Nanopore sequencing is a fourth generation sequencing technology recognized worldwide. According to the nanopore sequencing technology, an electric field is applied to two ends of a nanopore, nucleic acid molecules pass through the nanopore under the driving of the electric field to generate a differential current signal, and meanwhile, DNA polymerase integrates the nucleotide molecules according to template strand sequence information and completes replication, so that the sequencing while synthesis is realized. Researches show that the concentration of a salt solution in an electrolytic cell is increased during nanopore sequencing, so that the signal to noise ratio in the testing process and the accuracy of a detection result are improved, and the sequencing quality is improved. However, the conventional DNA polymerase has poor salt tolerance, so if the concentration of the salt solution of the electrolytic bath is increased, the activity of the DNA polymerase is decreased, the synthesis rate of DNA is decreased, and the rate of the whole sequencing is decreased.
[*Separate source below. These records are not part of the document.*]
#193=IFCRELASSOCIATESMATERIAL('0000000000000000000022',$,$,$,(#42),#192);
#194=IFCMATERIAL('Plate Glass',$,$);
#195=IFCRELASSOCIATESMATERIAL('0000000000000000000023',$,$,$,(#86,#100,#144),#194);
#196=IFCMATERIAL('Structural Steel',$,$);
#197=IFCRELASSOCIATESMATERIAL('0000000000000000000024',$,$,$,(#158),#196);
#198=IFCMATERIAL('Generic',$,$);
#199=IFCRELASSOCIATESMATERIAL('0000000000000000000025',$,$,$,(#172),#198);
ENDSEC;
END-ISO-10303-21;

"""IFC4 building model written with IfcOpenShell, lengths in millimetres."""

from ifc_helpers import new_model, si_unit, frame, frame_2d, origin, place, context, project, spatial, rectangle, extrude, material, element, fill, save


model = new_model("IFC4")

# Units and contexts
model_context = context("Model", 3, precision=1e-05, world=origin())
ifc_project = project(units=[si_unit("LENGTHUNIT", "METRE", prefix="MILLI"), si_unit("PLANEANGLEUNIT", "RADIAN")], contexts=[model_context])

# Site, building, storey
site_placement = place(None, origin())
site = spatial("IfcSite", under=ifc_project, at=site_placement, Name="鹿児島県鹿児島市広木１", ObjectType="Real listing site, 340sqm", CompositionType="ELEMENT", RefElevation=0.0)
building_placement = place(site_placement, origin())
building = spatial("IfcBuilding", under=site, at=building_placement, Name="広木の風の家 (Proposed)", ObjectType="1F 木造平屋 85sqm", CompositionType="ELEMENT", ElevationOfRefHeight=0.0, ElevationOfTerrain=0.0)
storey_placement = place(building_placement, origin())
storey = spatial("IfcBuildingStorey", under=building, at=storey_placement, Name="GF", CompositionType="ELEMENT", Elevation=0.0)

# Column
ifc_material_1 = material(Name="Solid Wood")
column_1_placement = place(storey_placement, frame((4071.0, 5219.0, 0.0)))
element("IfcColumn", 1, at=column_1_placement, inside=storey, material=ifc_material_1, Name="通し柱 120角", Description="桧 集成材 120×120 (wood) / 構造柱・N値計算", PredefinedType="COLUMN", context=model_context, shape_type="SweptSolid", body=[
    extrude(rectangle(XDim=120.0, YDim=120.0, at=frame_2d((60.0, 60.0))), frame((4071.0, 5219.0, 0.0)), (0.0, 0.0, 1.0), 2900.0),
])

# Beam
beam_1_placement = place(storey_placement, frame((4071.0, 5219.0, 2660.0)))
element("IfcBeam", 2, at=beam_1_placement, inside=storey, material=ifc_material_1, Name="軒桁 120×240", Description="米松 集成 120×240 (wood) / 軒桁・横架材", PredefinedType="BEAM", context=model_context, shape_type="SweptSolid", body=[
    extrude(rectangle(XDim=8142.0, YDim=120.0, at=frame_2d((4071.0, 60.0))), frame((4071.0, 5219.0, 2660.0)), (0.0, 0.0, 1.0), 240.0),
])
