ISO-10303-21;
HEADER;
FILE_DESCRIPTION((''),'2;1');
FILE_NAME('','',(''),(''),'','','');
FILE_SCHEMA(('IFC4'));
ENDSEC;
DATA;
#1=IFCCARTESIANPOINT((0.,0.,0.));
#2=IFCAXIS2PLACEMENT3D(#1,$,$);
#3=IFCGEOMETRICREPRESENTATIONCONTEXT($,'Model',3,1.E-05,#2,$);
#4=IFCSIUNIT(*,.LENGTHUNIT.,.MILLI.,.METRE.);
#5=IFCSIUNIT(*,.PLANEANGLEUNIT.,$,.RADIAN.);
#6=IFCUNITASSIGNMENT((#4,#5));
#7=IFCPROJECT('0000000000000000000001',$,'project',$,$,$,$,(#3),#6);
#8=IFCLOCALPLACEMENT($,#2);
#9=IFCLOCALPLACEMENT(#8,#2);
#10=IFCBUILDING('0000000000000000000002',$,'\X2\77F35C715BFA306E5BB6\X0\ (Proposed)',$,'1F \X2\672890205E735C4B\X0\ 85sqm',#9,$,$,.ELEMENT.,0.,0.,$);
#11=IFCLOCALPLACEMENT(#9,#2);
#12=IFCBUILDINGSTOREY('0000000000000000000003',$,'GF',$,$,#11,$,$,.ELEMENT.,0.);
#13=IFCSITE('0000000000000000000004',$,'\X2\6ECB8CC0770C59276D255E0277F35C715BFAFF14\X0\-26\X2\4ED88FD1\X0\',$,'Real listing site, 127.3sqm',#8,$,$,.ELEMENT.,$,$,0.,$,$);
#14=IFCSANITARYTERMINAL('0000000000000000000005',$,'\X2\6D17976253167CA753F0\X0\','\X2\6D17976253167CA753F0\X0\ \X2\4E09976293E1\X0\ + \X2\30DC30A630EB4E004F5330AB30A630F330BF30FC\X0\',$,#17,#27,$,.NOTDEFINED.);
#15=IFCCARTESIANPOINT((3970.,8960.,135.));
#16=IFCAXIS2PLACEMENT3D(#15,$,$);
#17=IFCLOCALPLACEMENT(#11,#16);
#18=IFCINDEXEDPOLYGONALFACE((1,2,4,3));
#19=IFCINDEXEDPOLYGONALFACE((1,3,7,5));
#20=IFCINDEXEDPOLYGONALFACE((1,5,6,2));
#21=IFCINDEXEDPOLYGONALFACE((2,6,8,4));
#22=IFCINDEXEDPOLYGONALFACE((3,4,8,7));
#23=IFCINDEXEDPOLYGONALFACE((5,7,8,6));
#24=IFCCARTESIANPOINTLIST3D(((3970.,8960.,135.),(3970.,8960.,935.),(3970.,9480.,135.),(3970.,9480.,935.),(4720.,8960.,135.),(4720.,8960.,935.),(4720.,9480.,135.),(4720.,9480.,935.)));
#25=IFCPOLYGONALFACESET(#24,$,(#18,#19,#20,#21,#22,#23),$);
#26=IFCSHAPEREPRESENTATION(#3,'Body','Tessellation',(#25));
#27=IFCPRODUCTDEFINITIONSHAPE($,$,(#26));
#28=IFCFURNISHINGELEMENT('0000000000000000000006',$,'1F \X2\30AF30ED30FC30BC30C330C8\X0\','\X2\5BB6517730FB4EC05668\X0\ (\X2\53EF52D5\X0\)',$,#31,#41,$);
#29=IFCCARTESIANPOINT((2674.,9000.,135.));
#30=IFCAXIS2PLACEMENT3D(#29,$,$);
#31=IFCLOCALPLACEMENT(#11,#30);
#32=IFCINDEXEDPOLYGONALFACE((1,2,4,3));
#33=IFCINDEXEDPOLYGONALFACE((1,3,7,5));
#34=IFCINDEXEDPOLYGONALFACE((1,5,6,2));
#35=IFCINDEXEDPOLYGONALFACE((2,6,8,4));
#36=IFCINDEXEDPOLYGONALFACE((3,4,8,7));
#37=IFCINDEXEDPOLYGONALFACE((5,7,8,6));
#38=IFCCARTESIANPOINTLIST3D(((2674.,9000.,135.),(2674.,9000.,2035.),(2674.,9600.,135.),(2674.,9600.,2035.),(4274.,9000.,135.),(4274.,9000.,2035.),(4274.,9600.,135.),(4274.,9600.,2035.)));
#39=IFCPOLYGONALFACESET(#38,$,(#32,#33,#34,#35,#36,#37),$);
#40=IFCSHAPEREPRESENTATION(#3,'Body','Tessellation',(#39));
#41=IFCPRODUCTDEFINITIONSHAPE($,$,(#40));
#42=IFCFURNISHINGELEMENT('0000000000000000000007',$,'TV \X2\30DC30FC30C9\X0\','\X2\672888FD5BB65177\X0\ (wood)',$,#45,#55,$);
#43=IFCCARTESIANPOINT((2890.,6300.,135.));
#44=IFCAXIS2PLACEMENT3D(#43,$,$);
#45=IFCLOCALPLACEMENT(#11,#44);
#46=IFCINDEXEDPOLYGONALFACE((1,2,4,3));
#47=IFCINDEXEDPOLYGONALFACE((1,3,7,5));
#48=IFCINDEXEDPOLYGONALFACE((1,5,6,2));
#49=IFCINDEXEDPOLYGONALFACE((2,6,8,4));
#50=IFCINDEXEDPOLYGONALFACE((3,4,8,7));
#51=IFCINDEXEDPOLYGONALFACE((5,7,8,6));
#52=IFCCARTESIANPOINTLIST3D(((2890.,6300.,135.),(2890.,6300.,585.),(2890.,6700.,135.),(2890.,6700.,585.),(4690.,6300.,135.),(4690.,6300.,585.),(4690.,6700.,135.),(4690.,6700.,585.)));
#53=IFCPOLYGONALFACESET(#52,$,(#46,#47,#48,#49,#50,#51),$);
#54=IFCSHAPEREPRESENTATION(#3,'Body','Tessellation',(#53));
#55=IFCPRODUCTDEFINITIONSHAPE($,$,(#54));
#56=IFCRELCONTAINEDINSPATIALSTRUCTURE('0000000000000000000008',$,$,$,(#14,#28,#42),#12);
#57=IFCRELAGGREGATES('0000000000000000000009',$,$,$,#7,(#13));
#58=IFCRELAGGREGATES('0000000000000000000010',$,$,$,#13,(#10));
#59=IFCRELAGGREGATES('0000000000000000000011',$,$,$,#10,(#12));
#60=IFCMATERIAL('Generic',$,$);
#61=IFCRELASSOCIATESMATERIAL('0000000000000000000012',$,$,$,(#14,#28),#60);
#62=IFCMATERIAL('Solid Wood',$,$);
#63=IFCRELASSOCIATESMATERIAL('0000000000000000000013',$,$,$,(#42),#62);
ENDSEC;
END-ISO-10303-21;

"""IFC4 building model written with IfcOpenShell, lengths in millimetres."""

from ifc_helpers import new_model, si_unit, frame, frame_2d, origin, place, context, project, spatial, rectangle, extrude, material, element, save


model = new_model("IFC4")

# Units and contexts
model_context = context("Model", 3, precision=1e-05, world=origin())
ifc_project = project(units=[si_unit("LENGTHUNIT", "METRE", prefix="MILLI"), si_unit("PLANEANGLEUNIT", "RADIAN")], contexts=[model_context])

# Site, building, storey
site_placement = place(None, origin())
site = spatial("IfcSite", under=ifc_project, at=site_placement, Name="滋賀県大津市石山寺４-26付近", ObjectType="Real listing site, 127.3sqm", CompositionType="ELEMENT", RefElevation=0.0)
building_placement = place(site_placement, origin())
building = spatial("IfcBuilding", under=site, at=building_placement, Name="石山寺の家 (Proposed)", ObjectType="1F 木造平屋 85sqm", CompositionType="ELEMENT", ElevationOfRefHeight=0.0, ElevationOfTerrain=0.0)
storey_placement = place(building_placement, origin())
storey = spatial("IfcBuildingStorey", under=building, at=storey_placement, Name="GF", CompositionType="ELEMENT", Elevation=0.0)

# Shared definitions
ifc_material_1 = material(Name="Solid Wood")

# Shared definitions
ifc_material_2 = material(Name="Generic")

# Sanitary terminal
sanitary_terminal_1_placement = place(storey_placement, frame((3970.0, 8960.0, 135.0)))
element("IfcSanitaryTerminal", 1, at=sanitary_terminal_1_placement, inside=storey, material=ifc_material_2, Name="洗面化粧台", Description="洗面化粧台 三面鏡 + ボウル一体カウンター", PredefinedType="NOTDEFINED", context=model_context, shape_type="SweptSolid", body=[
    extrude(rectangle(XDim=750.0, YDim=520.0, at=frame_2d((375.0, 260.0))), frame((3970.0, 8960.0, 135.0)), (0.0, 0.0, 1.0), 800.0),
])

# Furnishing elements
furnishing_1_placement = place(storey_placement, frame((2674.0, 9000.0, 135.0)))
element("IfcFurnishingElement", 2, at=furnishing_1_placement, inside=storey, material=ifc_material_2, Name="1F クローゼット", Description="家具・什器 (可動)", context=model_context, shape_type="SweptSolid", body=[
    extrude(rectangle(XDim=1600.0, YDim=600.0, at=frame_2d((800.0, 300.0))), frame((2674.0, 9000.0, 135.0)), (0.0, 0.0, 1.0), 1900.0),
])
furnishing_2_placement = place(storey_placement, frame((2890.0, 6300.0, 135.0)))
element("IfcFurnishingElement", 3, at=furnishing_2_placement, inside=storey, material=ifc_material_1, Name="TV ボード", Description="木製家具 (wood)", context=model_context, shape_type="SweptSolid", body=[
    extrude(rectangle(XDim=1800.0, YDim=400.0, at=frame_2d((900.0, 200.0))), frame((2890.0, 6300.0, 135.0)), (0.0, 0.0, 1.0), 450.0),
])

save(model, "model.ifc")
The nanopore sequencing kit comprises the DNA polymerase with better salt tolerance, and can improve the accuracy and the sequencing speed of nanopore sequencing.

Specifically, the detection reagent includes the above-mentioned DNA polymerase. Further, the detection reagent also comprises a buffer solution. The buffer solution comprises 20 mM-200 mM Tris-HCl and 2 mM-20 mM Mg²⁺10 mM-40 mM of (NH)₄)₂SO₄4 mM-20 mM DTT and 0.2 mM-0.5 mM dNTPs.

Specifically, an external voltage is applied across the nanopore, and ions in the cell pass through the nanopore, producing a pA-level current. DNA polymerase takes DNA as a template, and extends and synthesizes a new chain by using dNTPs which pass through the nanopore and carry the label, and the dNTPs carrying the label generate current changes with different degrees when passing through the nanopore, thereby completing sequence determination.

Further, the reaction system for nanopore sequencing comprises a nucleic acid template of 50 nM-500 nM, the DNA polymerase of 100 nM-500 nM, Tris-HCl of 20 mM-50 mM, Mg of 2 mM-20 mM²⁺10 mM-40 mM of (NH)₄)₂SO₄4 mM-20 mM DTT and 0.2 mM-0.5 mM dNTPs. The reaction system can improve the reaction efficiency, save the reagent dosage and reduce the cost. Further, the amplification reaction system comprises 50nM to 500nM of the nucleic acid template, 100nM to 500nM of the DNA polymerase, 20mM to 100mM of Tris-HCl, 2mM to 10mM of Mg²⁺10 mM-20 mM of (NH)₄)₂SO₄4 mM-10 mM DTT, 0.2 mM-0.5 mM dNTPs and 0 mM-500 mM NaCl or 0 mM-500 mM KCl.

further, the conditions of the amplification reaction: 30-37 ℃ for 5-120 min. Under the condition of 30-37 ℃, the DNA polymerase in the amplification system has high efficiency and high fidelity.